## Task objective
The lines you return must be all those in the data that hold the string "SweptSolid".

## Input records
++++++++++

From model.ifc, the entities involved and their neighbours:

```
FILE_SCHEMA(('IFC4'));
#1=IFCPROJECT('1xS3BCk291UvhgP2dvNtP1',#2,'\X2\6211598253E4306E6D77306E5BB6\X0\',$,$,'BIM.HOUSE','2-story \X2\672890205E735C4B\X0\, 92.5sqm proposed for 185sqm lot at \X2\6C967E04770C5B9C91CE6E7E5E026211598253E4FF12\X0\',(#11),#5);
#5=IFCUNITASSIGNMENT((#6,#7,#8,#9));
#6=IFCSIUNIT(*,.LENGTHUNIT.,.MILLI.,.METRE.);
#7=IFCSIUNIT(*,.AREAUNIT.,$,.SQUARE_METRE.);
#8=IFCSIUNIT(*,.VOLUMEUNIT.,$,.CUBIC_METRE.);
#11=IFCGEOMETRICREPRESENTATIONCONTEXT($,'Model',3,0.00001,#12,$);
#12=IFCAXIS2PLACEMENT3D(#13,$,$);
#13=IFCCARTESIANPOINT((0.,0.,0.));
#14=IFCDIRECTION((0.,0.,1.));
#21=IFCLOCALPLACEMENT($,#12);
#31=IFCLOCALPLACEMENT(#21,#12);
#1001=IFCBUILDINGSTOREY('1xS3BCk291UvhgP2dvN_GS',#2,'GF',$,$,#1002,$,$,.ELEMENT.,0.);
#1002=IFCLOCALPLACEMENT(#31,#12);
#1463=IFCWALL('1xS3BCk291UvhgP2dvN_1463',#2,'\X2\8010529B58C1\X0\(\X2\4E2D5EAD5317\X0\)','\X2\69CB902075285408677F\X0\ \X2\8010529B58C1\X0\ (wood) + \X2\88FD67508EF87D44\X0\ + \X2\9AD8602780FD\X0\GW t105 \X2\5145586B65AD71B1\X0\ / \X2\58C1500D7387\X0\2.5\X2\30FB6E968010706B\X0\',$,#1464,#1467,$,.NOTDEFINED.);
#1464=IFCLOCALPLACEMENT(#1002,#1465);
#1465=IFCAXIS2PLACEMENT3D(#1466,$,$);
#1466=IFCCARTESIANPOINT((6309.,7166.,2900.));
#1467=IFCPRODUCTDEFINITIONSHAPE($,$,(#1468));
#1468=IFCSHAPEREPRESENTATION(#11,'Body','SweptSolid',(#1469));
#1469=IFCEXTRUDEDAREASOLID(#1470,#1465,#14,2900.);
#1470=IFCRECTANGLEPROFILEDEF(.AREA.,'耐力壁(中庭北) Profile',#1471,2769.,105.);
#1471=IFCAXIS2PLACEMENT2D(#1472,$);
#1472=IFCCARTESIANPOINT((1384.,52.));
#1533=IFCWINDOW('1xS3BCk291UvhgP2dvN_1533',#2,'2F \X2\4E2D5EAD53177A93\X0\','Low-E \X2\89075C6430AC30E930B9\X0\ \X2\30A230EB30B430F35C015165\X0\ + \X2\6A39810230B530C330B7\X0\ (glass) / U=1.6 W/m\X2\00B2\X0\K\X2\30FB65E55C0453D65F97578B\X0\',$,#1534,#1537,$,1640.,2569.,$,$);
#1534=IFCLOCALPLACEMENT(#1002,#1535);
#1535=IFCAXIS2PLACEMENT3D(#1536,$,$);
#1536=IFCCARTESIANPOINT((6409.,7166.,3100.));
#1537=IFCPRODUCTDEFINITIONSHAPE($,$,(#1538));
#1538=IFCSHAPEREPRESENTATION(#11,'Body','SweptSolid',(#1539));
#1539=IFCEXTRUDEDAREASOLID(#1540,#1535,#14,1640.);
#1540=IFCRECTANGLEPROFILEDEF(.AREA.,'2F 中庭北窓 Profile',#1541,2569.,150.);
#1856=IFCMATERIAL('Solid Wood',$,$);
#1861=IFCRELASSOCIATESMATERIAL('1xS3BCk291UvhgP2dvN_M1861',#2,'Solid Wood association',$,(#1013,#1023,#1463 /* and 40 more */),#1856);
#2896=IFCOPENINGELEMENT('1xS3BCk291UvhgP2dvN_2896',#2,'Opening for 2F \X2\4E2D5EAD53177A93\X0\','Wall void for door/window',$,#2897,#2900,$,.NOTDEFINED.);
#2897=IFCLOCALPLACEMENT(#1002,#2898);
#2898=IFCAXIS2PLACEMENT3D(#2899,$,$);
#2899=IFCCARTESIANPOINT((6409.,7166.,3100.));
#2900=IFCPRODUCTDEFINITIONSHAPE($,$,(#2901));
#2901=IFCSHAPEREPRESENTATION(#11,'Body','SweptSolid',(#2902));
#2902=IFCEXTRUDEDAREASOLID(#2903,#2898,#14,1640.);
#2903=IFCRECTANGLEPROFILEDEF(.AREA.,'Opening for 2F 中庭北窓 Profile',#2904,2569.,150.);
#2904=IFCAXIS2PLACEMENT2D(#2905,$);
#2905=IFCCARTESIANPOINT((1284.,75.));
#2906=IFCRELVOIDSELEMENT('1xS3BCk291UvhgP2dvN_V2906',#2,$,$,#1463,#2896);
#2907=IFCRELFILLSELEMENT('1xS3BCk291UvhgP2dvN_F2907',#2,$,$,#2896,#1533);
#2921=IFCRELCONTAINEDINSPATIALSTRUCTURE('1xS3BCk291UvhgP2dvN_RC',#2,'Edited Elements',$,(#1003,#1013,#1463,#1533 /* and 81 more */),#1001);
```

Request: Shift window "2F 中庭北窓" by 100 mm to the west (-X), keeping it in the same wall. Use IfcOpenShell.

```python
import ifcopenshell
import ifcopenshell.api.geometry
import ifcopenshell.util.placement
import ifcopenshell.util.unit

model = ifcopenshell.open("model.ifc")
unit_scale = ifcopenshell.util.unit.calculate_unit_scale(model)

window = model.by_guid("1xS3BCk291UvhgP2dvN_1533")
opening = window.FillsVoids[0].RelatingOpeningElement
wall = opening.VoidsElements[0].RelatingBuildingElement

wall_matrix = ifcopenshell.util.placement.get_local_placement(wall.ObjectPlacement)
shift = wall_matrix[:3, 0] * -0.1 / unit_scale
before = ifcopenshell.util.placement.get_local_placement(window.ObjectPlacement)[:3, 3].copy()

# The window is not placed relative to its opening, so move both.
for product in (opening, window):
    matrix = ifcopenshell.util.placement.get_local_placement(product.ObjectPlacement)
    matrix[:3, 3] += shift
    ifcopenshell.api.geometry.edit_object_placement(model, product=product, matrix=matrix, is_si=False)

after = ifcopenshell.util.placement.get_local_placement(window.ObjectPlacement)[:3, 3]
print("window moved by", (after - before).round(3) + 0.0)

model.write("model_rev.ifc")
```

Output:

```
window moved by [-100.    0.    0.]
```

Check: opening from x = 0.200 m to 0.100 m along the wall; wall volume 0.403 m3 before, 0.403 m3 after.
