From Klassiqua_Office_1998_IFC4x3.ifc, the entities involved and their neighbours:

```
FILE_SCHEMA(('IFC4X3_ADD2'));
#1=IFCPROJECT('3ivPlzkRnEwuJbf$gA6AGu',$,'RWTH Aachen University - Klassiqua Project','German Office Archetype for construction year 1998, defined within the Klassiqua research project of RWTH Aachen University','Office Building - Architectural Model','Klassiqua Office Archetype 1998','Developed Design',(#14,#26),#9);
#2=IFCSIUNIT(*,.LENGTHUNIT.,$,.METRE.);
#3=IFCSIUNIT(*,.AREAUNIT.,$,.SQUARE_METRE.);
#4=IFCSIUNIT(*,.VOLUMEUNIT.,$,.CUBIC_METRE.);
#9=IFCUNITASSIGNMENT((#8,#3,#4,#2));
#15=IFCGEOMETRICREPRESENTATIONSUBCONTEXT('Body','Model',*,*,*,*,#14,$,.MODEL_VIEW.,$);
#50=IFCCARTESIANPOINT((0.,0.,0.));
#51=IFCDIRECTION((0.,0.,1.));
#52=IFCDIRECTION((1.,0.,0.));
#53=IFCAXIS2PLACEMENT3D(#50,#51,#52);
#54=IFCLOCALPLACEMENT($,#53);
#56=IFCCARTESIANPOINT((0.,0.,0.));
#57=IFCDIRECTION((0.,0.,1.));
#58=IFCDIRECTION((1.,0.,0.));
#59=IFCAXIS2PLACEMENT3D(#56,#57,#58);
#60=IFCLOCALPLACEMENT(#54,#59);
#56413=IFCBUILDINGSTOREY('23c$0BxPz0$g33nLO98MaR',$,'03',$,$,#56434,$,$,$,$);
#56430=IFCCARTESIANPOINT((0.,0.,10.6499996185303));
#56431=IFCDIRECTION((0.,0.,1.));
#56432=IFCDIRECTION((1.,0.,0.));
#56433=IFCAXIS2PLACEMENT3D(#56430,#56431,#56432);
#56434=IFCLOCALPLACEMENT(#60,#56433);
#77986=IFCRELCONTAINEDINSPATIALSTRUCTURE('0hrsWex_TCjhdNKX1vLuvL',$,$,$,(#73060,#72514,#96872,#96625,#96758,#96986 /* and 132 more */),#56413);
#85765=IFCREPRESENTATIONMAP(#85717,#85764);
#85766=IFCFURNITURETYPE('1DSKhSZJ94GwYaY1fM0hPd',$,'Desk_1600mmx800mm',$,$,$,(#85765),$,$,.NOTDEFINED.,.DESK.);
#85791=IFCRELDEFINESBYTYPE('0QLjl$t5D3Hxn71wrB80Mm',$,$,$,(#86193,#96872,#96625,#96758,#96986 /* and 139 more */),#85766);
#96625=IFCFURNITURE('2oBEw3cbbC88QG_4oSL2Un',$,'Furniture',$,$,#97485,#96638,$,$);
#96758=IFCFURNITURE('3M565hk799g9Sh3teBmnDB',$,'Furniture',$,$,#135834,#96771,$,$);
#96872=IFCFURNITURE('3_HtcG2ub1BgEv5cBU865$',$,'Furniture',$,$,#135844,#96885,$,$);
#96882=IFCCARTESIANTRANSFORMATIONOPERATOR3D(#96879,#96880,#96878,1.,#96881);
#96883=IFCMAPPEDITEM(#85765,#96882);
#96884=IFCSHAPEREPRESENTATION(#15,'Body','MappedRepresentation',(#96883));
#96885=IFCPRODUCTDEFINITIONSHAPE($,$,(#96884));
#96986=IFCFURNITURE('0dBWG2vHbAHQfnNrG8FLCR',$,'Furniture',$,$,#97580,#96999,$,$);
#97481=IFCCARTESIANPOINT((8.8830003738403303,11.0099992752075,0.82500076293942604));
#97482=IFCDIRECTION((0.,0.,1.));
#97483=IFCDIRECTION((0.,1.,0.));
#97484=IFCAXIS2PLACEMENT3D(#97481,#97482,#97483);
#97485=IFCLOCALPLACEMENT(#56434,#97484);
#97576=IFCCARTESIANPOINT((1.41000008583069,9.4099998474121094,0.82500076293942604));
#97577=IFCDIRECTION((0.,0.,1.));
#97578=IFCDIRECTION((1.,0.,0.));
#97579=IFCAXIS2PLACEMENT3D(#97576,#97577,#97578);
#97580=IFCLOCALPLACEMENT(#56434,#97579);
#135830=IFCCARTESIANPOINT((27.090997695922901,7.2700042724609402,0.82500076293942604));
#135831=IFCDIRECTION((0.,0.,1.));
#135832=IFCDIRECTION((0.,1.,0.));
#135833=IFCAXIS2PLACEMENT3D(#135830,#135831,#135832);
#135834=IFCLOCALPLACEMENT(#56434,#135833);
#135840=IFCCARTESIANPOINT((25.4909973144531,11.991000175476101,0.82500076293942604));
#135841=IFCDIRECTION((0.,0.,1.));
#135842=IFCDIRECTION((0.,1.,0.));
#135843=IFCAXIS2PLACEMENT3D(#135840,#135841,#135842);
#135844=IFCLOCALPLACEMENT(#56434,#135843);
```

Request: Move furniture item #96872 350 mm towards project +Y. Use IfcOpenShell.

```python
import ifcopenshell
import ifcopenshell.api.geometry
import ifcopenshell.util.placement

model = ifcopenshell.open("Klassiqua_Office_1998_IFC4x3.ifc")

item = model.by_guid("3_HtcG2ub1BgEv5cBU865$")
matrix = ifcopenshell.util.placement.get_local_placement(item.ObjectPlacement)
matrix[1, 3] += 0.35
ifcopenshell.api.geometry.edit_object_placement(model, product=item, matrix=matrix, is_si=False)

print(ifcopenshell.util.placement.get_local_placement(item.ObjectPlacement).round(3) + 0.0)

model.write("Klassiqua_Office_1998_IFC4x3_rev.ifc")
```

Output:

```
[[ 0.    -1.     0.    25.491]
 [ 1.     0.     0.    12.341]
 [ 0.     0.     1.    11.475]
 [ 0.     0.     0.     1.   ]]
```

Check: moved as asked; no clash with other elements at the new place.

++++++++++

## Result of this task
#1468=IFCSHAPEREPRESENTATION(#11,'Body','SweptSolid',(#1469));
#1538=IFCSHAPEREPRESENTATION(#11,'Body','SweptSolid',(#1539));
#2901=IFCSHAPEREPRESENTATION(#11,'Body','SweptSolid',(#2902));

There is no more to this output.